• _Records from a dataset_:
+===+

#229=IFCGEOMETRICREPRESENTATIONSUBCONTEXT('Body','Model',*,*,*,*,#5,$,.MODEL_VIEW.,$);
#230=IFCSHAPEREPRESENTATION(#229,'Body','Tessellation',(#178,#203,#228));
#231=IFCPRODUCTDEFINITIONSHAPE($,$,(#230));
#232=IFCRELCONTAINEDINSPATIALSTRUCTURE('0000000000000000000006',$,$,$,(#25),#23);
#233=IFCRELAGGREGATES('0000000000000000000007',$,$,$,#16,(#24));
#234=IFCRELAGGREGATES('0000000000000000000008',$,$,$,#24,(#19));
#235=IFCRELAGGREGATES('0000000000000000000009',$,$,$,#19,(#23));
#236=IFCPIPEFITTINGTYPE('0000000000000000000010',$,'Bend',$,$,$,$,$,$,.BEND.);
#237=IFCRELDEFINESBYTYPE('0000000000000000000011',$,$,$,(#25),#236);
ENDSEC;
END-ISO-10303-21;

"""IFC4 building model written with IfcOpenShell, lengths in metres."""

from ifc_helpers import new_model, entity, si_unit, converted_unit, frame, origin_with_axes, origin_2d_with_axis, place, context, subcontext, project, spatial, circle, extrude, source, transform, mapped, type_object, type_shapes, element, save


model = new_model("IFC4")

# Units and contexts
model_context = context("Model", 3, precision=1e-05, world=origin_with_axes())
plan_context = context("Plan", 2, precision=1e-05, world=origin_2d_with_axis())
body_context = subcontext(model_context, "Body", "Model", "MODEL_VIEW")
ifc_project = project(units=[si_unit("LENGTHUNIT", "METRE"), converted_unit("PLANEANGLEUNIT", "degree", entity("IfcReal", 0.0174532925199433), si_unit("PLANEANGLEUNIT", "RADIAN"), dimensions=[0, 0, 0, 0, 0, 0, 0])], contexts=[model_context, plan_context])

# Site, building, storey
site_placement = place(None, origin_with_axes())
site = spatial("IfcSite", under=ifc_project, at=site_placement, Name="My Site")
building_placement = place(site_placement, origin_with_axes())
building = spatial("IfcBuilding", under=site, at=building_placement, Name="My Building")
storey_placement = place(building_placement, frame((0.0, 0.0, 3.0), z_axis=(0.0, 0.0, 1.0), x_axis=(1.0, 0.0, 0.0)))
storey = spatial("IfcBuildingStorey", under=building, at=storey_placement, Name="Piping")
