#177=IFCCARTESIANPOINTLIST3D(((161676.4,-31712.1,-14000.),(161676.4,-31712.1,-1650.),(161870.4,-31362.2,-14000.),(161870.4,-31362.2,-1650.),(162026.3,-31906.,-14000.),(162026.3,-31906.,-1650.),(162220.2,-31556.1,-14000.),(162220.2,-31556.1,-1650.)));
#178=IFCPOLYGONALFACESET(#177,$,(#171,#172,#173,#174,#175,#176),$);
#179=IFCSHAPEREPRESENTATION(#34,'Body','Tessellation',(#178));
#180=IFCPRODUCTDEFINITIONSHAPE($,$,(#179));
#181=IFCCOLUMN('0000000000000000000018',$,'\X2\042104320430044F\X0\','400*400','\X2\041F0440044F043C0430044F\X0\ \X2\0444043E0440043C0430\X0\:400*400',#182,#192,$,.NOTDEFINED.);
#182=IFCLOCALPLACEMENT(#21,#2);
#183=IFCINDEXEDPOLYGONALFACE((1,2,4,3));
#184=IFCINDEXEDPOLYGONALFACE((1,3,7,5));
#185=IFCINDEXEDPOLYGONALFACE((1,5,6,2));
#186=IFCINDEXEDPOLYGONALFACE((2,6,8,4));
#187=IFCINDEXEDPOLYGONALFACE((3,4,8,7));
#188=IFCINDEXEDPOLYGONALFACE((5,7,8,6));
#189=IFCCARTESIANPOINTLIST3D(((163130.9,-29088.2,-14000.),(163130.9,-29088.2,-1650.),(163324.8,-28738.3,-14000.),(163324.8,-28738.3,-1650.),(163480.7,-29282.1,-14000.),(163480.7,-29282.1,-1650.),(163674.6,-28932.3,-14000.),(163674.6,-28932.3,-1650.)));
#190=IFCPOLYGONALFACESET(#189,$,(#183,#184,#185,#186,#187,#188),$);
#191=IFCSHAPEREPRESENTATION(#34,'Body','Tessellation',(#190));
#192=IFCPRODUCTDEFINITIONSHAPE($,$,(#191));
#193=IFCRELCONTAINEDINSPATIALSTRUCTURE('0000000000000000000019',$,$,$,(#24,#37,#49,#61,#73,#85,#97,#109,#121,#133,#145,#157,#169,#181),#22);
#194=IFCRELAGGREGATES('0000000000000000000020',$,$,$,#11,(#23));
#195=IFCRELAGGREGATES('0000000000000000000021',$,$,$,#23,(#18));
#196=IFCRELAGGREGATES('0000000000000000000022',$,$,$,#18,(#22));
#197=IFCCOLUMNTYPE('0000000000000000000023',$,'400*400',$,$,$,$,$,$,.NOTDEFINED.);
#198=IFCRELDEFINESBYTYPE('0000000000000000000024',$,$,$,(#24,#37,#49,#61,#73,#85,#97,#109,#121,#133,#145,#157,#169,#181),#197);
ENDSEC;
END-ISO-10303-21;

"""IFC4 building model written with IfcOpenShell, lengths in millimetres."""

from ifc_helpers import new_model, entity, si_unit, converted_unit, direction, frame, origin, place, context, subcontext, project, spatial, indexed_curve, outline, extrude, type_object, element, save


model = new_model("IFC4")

+===+

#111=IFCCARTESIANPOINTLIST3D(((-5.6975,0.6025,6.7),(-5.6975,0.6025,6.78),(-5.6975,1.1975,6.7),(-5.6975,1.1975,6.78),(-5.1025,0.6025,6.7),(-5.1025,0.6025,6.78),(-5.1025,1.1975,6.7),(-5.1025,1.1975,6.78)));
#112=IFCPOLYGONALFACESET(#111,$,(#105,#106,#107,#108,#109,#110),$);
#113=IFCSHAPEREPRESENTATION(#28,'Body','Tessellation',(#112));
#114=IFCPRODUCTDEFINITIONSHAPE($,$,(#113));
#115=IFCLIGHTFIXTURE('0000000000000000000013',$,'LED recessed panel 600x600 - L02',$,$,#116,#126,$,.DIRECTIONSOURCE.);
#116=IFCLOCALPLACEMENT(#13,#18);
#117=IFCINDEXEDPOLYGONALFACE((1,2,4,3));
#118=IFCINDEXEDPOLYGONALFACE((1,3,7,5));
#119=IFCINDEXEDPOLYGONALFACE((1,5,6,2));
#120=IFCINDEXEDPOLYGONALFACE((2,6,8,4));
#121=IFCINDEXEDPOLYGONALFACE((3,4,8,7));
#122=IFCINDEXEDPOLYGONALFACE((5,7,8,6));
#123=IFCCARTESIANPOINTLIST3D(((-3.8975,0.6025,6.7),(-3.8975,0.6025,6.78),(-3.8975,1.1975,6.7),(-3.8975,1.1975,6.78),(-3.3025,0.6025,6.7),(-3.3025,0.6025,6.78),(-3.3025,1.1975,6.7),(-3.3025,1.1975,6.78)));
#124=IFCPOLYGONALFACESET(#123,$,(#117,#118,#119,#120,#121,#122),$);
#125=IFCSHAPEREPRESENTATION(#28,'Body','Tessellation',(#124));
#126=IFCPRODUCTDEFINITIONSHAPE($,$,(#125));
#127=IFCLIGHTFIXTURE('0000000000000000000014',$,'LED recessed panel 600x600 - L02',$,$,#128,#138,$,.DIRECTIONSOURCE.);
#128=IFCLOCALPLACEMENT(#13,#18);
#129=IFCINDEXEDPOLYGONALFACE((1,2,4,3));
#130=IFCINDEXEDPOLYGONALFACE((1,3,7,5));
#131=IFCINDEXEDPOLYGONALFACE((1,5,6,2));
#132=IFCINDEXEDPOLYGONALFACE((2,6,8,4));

+===+

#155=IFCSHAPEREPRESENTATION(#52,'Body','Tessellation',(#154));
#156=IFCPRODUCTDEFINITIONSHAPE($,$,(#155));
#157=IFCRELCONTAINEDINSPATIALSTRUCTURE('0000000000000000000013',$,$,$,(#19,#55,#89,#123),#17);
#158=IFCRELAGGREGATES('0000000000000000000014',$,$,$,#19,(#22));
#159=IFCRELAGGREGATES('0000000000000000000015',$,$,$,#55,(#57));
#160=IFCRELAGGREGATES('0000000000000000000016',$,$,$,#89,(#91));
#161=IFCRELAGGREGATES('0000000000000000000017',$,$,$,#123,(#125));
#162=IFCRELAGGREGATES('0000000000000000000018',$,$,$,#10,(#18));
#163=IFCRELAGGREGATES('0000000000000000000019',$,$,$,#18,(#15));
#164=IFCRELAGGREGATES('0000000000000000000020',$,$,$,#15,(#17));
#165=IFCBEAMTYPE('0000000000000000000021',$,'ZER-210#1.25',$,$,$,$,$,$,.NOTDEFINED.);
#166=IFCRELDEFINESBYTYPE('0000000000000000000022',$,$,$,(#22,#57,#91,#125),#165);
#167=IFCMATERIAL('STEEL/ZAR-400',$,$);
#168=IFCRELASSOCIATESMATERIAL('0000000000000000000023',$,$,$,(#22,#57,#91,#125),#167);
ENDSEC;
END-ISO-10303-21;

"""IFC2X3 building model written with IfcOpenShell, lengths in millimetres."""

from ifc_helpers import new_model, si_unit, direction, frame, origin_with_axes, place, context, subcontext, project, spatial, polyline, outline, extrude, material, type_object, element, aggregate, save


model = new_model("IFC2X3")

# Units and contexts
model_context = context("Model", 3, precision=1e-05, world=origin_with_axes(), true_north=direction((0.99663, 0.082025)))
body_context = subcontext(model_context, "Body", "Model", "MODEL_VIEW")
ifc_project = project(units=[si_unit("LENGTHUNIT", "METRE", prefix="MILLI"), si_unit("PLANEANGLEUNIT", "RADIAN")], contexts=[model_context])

+===+

• _What is required_:
From the data above, output exactly the lines between the one containing "#113=IFCSHAPEREPRESENTATION(#28,'Body','Tessellation',(#112));" and the one containing "#122=IFCINDEXEDPOLYGONALFACE((5,7,8,6));", counting both of them.

• _Problem solution_:
#113=IFCSHAPEREPRESENTATION(#28,'Body','Tessellation',(#112));
#114=IFCPRODUCTDEFINITIONSHAPE($,$,(#113));
#115=IFCLIGHTFIXTURE('0000000000000000000013',$,'LED recessed panel 600x600 - L02',$,$,#116,#126,$,.DIRECTIONSOURCE.);
#116=IFCLOCALPLACEMENT(#13,#18);
#117=IFCINDEXEDPOLYGONALFACE((1,2,4,3));
#118=IFCINDEXEDPOLYGONALFACE((1,3,7,5));
#119=IFCINDEXEDPOLYGONALFACE((1,5,6,2));
#120=IFCINDEXEDPOLYGONALFACE((2,6,8,4));
#121=IFCINDEXEDPOLYGONALFACE((3,4,8,7));
#122=IFCINDEXEDPOLYGONALFACE((5,7,8,6));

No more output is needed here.